I can't back this up with data. But for years many have argued that there was no difference between selling 5 images for $7 each and 100 images for $0.35 each. It still pays the same, right? The difference is the former option theoretically keeps demand higher (because I only own 5 images and I need 95 more), whereas the latter option reduces demand more quickly (I already have 100 images, I don't need any more).

I don't think the agencies have all the answers, regardless of their data. It could be that they realize they are killing demand long term by grabbing market share now, and are looking to make their money and run before the market collapses.

I have a printer friend who supplies marketing materials for small to medium local businesses. Five years ago he was spending a few hundred quid per year buying stock images on his clients' behalf for their projects. Nowadays however they nearly always supply their own images taken by themselves (usually of their own premises, staff or services in action). Digital cameras are just so cheap and easy to use that almost anyone can produce a passable image.

ShadySue

  • There is a crack in everything
« Reply #98 on: November 01, 2013, 11:46 »
0
My theory is that agencies have been selling images so cheaply, for so long, that it's gotten to the point where a growing number of customers simply don't need that many images anymore. I'm not suggesting that they have stopped buying, but perhaps they buy less than they used to?

I can't back this up with data. But for years many have argued that there was no difference between selling 5 images for $7 each and 100 images for $0.35 each. It still pays the same, right? The difference is the former option theoretically keeps demand higher (because I only own 5 images and I need 95 more), whereas the latter option reduces demand more quickly (I already have 100 images, I don't need any more).

I don't think the agencies have all the answers, regardless of their data. It could be that they realize they are killing demand long term by grabbing market share now, and are looking to make their money and run before the market collapses.

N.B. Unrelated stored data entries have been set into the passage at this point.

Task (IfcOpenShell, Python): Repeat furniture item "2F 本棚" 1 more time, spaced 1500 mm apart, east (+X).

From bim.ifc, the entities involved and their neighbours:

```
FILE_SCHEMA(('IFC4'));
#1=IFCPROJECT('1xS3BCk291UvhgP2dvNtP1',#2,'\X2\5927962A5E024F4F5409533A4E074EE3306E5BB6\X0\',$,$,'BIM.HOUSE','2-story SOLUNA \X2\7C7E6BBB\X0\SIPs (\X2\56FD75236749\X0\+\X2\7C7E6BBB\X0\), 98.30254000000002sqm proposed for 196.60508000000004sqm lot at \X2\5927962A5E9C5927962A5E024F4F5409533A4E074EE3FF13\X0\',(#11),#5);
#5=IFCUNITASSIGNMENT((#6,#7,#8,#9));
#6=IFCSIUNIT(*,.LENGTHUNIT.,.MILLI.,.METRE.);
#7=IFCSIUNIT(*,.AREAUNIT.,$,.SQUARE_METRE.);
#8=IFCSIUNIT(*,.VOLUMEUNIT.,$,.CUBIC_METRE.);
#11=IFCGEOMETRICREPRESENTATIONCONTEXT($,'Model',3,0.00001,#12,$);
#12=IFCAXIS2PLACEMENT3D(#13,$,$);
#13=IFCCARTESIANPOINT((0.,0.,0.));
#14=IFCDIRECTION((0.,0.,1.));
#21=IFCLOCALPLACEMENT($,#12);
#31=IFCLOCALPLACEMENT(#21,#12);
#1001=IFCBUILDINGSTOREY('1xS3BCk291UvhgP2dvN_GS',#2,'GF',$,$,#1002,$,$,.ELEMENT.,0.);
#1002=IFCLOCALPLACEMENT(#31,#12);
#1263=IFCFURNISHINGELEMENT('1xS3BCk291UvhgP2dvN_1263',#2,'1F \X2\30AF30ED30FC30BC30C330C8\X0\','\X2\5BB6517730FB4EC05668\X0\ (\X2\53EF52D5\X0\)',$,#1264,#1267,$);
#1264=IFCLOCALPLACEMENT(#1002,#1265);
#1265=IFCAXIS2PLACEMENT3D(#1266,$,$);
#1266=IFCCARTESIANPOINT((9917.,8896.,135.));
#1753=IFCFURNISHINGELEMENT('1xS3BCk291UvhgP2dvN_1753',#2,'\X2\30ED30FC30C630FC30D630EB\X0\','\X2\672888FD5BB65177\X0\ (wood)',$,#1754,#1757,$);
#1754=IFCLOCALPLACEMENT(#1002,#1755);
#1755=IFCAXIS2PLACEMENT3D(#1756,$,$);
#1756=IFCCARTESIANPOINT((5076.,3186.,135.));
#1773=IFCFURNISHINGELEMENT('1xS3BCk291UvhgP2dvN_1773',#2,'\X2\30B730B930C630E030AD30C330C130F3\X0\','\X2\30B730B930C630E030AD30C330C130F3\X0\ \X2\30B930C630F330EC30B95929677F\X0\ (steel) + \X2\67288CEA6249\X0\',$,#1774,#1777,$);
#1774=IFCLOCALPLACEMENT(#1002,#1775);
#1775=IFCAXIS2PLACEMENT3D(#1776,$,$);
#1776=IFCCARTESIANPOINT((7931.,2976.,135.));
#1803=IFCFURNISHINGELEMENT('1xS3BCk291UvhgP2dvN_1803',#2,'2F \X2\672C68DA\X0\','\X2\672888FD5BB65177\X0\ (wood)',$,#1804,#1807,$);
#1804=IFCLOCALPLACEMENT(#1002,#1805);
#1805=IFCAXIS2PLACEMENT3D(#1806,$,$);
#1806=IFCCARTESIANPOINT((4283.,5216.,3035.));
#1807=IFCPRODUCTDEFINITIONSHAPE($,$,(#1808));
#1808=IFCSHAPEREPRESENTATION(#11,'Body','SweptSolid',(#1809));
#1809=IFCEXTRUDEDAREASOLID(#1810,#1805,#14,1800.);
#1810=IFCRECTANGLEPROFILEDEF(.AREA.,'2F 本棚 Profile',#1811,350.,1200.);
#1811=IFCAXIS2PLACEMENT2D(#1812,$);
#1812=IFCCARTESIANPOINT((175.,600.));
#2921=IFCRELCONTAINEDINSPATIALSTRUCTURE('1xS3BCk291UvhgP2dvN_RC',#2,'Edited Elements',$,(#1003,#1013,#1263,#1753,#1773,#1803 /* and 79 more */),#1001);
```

```python
import numpy as np
import ifcopenshell
import ifcopenshell.api.geometry
import ifcopenshell.api.root
import ifcopenshell.util.element
import ifcopenshell.util.placement

model = ifcopenshell.open("bim.ifc")


def reuse_history(source, copy):
    """copy_class also copies each property set's owner history, people and application; keep the originals."""
    for rel in copy.IsDefinedBy:
        if rel.is_a("IfcRelDefinesByProperties") and (history := rel.RelatingPropertyDefinition.OwnerHistory):
            rel.RelatingPropertyDefinition.OwnerHistory = source.OwnerHistory
            ifcopenshell.util.element.remove_deep2(model, history)


source = model.by_guid("1xS3BCk291UvhgP2dvN_1803")
base = ifcopenshell.util.placement.get_local_placement(source.ObjectPlacement)
step = np.array([1.0, 0.0, 0.0]) * 1500.0

for i in range(1, 2):
    copy = ifcopenshell.api.root.copy_class(model, product=source)
    copy.Representation = ifcopenshell.util.element.copy_deep(
        model, source.Representation, exclude=["IfcGeometricRepresentationContext", "IfcRepresentationMap"]
    )
    reuse_history(source, copy)
    matrix = base.copy()
    matrix[:3, 3] += i * step
    print("added at", matrix[:3, 3].round(3) + 0.0)
    ifcopenshell.api.geometry.edit_object_placement(model, product=copy, matrix=matrix, is_si=False)

model.write("bim-out.ifc")
```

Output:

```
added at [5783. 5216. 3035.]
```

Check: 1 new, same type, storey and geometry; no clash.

I have a printer friend who supplies marketing materials for small to medium local businesses. Five years ago he was spending a few hundred quid per year buying stock images on his clients' behalf for their projects. Nowadays however they nearly always supply their own images taken by themselves (usually of their own premises, staff or services in action). Digital cameras are just so cheap and easy to use that almost anyone can produce a passable image.

Also over the past few years the trend is moving towards authentic imagery, so businesses actually show their own premises and staff. I've heard this recommended over stock images several times on CreativeLIVE and also read it in design publications. Though the business publications which come my way have always used their own people and premises and built articles around them.